## [Aim of the task]
Set down exactly the lines in the records below that run from the line with "#86=IFCPOLYGONALFACESET(#85,$,(#79,#80,#81,#82,#83,#84),$);" to the line with "#99=IFCMATERIAL('C30/37',$,$);", inclusive, and nothing more.

[Collection entries]
+ + + + +

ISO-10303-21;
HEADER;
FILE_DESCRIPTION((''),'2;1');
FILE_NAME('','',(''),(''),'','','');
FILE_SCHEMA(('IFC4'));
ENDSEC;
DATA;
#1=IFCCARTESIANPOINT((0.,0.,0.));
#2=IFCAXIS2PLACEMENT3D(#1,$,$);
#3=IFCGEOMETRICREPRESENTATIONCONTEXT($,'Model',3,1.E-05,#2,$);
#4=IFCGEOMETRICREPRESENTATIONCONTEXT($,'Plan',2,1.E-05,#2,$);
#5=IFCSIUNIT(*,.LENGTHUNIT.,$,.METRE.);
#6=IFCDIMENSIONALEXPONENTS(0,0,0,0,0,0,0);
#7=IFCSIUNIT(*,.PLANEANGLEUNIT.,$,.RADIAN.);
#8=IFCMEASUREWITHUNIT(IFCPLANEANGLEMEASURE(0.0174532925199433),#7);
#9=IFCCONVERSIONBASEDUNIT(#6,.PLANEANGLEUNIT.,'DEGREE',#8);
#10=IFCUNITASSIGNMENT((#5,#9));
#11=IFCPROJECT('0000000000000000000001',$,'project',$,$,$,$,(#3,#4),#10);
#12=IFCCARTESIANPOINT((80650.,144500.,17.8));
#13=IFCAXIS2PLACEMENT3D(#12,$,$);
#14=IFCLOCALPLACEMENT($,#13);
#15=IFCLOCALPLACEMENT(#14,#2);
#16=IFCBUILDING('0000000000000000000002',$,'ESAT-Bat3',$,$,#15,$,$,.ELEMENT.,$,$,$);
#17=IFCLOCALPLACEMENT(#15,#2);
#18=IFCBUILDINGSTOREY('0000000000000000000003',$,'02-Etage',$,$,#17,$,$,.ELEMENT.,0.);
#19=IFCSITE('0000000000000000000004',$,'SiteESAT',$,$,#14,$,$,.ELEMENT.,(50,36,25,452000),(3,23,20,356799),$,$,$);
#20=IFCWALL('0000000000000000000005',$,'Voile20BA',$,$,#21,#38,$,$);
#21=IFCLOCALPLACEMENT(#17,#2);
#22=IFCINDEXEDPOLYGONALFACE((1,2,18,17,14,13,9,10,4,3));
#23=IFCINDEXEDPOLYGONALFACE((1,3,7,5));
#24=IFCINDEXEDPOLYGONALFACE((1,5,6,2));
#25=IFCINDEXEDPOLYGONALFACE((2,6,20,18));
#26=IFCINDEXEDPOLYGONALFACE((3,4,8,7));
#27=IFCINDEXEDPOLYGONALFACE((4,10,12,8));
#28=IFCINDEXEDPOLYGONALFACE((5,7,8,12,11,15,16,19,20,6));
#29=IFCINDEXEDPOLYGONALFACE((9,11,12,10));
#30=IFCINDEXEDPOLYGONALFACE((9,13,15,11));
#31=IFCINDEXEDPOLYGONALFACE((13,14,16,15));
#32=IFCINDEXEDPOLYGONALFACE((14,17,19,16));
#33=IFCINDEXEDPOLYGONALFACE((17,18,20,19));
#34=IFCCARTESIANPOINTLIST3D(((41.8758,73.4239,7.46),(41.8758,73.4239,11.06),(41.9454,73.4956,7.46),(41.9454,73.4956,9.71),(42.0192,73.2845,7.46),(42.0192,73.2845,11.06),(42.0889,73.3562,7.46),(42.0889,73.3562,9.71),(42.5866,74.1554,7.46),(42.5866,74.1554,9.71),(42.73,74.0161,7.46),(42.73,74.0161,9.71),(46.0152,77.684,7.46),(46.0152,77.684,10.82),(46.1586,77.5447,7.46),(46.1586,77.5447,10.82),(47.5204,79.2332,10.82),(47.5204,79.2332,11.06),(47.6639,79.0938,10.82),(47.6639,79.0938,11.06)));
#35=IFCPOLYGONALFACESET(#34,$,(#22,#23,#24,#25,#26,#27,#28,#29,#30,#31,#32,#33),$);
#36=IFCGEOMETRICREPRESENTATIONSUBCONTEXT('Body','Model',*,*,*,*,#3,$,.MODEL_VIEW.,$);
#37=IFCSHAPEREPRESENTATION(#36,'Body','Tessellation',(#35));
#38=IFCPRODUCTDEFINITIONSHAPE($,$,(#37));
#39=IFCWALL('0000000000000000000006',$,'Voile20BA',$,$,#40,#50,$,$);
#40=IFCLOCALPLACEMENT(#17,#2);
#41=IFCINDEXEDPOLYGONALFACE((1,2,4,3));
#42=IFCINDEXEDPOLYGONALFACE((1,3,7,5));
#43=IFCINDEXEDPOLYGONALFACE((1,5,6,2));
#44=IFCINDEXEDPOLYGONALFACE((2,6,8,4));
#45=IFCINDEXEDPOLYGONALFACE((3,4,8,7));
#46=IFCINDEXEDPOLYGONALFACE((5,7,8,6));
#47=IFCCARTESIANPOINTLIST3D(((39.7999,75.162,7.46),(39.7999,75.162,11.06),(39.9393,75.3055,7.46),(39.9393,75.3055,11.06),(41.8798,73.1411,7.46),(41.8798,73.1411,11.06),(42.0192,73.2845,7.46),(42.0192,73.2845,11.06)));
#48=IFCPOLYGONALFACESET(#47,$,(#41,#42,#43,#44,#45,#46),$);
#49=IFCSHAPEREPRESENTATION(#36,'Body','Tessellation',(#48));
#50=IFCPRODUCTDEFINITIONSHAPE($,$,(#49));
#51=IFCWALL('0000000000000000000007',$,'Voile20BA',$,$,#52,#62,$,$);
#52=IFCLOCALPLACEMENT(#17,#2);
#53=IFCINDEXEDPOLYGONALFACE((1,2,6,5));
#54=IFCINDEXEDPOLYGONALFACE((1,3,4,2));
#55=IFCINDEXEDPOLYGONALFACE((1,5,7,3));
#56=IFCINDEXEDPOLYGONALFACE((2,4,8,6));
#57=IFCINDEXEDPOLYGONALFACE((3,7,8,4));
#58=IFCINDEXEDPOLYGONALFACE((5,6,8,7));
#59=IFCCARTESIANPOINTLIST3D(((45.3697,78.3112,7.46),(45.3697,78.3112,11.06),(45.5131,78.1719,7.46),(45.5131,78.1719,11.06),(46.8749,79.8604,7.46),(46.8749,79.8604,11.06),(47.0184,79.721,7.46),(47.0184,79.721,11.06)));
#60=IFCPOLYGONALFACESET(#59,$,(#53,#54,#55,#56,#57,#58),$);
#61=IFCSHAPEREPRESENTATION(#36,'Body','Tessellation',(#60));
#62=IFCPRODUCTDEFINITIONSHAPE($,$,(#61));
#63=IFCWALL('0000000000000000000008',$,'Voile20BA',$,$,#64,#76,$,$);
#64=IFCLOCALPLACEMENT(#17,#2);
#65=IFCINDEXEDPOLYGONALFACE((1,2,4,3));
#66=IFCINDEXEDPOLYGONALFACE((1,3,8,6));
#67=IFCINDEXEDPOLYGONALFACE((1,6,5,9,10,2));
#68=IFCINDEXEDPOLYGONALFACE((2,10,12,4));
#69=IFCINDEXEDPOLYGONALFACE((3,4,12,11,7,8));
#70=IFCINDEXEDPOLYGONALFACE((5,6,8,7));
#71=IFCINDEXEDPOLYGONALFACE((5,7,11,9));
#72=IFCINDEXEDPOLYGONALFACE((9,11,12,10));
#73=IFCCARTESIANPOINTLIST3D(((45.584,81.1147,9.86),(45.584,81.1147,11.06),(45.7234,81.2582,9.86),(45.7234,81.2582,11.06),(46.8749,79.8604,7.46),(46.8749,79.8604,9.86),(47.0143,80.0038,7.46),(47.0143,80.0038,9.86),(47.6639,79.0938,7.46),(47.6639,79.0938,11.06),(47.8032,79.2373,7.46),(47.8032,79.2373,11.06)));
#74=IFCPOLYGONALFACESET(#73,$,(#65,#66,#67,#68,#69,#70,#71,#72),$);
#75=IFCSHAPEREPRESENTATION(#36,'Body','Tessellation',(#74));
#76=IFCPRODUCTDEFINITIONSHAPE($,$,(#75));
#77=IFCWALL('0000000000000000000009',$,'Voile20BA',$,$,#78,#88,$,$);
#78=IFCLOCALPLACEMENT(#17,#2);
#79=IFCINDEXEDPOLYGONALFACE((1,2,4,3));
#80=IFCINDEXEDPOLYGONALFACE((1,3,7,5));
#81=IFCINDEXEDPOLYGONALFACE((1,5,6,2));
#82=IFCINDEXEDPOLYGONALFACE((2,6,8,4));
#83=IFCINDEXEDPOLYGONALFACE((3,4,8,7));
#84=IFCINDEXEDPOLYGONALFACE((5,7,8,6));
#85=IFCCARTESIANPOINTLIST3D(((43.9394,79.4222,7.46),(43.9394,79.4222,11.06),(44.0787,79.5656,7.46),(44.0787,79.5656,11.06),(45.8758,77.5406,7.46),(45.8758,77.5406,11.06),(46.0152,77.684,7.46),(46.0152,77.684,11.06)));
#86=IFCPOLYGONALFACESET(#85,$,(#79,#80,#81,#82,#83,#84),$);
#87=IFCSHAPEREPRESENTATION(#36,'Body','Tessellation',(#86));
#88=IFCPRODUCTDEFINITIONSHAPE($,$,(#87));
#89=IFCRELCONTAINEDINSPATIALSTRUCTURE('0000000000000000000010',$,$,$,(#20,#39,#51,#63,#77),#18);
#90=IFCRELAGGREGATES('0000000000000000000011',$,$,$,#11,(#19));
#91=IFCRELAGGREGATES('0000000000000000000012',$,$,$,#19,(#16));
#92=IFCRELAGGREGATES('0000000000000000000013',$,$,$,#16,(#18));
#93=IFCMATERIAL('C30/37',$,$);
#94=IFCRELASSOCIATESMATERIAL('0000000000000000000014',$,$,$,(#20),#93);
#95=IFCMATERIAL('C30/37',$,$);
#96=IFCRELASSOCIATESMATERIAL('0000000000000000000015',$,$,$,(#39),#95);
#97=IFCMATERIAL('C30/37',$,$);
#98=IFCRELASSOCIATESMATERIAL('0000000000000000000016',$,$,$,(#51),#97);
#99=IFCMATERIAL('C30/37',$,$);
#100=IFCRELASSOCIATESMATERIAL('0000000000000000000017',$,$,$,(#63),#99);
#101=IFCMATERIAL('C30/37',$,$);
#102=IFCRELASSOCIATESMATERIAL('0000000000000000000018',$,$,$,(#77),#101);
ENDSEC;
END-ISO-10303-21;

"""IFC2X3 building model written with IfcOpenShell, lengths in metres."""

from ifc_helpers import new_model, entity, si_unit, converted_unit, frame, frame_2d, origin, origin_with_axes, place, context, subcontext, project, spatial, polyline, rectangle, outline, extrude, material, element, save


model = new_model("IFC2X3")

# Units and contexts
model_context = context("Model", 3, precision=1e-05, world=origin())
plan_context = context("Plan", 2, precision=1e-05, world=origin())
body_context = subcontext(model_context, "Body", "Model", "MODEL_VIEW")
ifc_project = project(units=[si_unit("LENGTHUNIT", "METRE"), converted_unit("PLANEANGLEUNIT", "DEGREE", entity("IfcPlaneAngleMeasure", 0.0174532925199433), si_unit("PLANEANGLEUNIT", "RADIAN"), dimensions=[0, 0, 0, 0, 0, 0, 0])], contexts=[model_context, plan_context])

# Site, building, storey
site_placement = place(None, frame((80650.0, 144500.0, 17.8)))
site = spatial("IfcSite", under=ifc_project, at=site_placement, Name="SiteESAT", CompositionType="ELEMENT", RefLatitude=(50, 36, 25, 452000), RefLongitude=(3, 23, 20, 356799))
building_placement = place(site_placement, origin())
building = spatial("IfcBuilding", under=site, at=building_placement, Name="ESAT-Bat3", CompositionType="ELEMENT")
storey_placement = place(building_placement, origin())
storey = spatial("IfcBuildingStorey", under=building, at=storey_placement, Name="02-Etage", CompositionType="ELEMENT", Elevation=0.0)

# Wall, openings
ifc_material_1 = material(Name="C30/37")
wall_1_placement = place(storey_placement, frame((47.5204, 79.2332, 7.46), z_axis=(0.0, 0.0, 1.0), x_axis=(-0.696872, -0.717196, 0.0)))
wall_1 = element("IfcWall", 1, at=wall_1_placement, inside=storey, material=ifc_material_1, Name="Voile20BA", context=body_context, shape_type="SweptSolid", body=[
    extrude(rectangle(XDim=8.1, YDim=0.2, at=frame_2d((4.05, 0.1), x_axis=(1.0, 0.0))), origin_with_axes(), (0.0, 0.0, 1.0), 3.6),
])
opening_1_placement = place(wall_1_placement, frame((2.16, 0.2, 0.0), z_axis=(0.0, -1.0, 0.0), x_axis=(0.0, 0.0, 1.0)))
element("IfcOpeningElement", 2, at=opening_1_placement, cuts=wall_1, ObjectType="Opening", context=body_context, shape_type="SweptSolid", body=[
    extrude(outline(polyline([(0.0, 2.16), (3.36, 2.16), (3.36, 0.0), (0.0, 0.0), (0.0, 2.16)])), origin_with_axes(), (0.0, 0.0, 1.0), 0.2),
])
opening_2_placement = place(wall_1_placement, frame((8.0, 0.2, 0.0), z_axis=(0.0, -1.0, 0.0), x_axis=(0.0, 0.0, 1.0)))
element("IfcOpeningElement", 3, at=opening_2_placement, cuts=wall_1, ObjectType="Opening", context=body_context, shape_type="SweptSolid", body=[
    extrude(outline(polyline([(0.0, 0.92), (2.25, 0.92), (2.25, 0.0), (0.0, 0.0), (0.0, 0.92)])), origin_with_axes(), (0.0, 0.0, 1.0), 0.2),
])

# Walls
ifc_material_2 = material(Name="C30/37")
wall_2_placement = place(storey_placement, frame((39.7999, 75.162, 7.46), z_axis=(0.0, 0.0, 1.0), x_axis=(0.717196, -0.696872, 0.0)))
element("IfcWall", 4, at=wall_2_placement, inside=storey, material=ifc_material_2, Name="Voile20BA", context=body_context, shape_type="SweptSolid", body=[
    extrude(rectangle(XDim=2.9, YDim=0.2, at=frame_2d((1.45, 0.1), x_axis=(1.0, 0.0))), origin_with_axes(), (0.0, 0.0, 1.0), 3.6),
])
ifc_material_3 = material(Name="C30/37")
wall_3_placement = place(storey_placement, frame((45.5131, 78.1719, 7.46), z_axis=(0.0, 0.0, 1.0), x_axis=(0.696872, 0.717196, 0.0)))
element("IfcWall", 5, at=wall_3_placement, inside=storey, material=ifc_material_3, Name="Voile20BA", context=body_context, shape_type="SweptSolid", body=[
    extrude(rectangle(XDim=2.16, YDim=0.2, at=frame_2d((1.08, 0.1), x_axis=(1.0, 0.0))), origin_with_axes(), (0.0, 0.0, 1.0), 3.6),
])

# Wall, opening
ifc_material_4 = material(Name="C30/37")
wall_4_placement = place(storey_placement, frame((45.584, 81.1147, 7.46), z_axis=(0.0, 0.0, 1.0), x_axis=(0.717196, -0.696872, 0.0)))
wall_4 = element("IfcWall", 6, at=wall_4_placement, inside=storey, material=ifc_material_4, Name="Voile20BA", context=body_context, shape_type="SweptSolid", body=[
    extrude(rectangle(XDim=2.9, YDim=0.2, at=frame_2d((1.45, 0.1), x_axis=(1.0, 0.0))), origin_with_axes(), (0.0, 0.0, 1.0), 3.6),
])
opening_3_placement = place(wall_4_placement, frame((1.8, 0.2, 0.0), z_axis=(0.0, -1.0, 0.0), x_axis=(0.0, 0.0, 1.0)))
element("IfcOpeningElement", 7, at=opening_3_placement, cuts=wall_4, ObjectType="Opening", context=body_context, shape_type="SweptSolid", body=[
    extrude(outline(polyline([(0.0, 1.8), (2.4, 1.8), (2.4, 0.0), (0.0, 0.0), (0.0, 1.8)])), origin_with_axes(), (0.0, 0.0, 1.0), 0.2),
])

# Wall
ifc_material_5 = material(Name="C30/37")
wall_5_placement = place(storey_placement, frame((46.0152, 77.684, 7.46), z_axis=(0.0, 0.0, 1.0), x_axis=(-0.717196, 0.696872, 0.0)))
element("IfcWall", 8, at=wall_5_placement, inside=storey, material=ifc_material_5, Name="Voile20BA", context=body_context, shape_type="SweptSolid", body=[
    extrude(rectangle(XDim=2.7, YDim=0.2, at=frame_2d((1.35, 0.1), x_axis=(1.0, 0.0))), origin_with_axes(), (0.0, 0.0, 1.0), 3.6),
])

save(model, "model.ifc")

+ + + + +

## [Answer to the exercise]
#86=IFCPOLYGONALFACESET(#85,$,(#79,#80,#81,#82,#83,#84),$);
#87=IFCSHAPEREPRESENTATION(#36,'Body','Tessellation',(#86));
#88=IFCPRODUCTDEFINITIONSHAPE($,$,(#87));
#89=IFCRELCONTAINEDINSPATIALSTRUCTURE('0000000000000000000010',$,$,$,(#20,#39,#51,#63,#77),#18);
#90=IFCRELAGGREGATES('0000000000000000000011',$,$,$,#11,(#19));
#91=IFCRELAGGREGATES('0000000000000000000012',$,$,$,#19,(#16));
#92=IFCRELAGGREGATES('0000000000000000000013',$,$,$,#16,(#18));
#93=IFCMATERIAL('C30/37',$,$);
#94=IFCRELASSOCIATESMATERIAL('0000000000000000000014',$,$,$,(#20),#93);
#95=IFCMATERIAL('C30/37',$,$);
#96=IFCRELASSOCIATESMATERIAL('0000000000000000000015',$,$,$,(#39),#95);
#97=IFCMATERIAL('C30/37',$,$);
#98=IFCRELASSOCIATESMATERIAL('0000000000000000000016',$,$,$,(#51),#97);
#99=IFCMATERIAL('C30/37',$,$);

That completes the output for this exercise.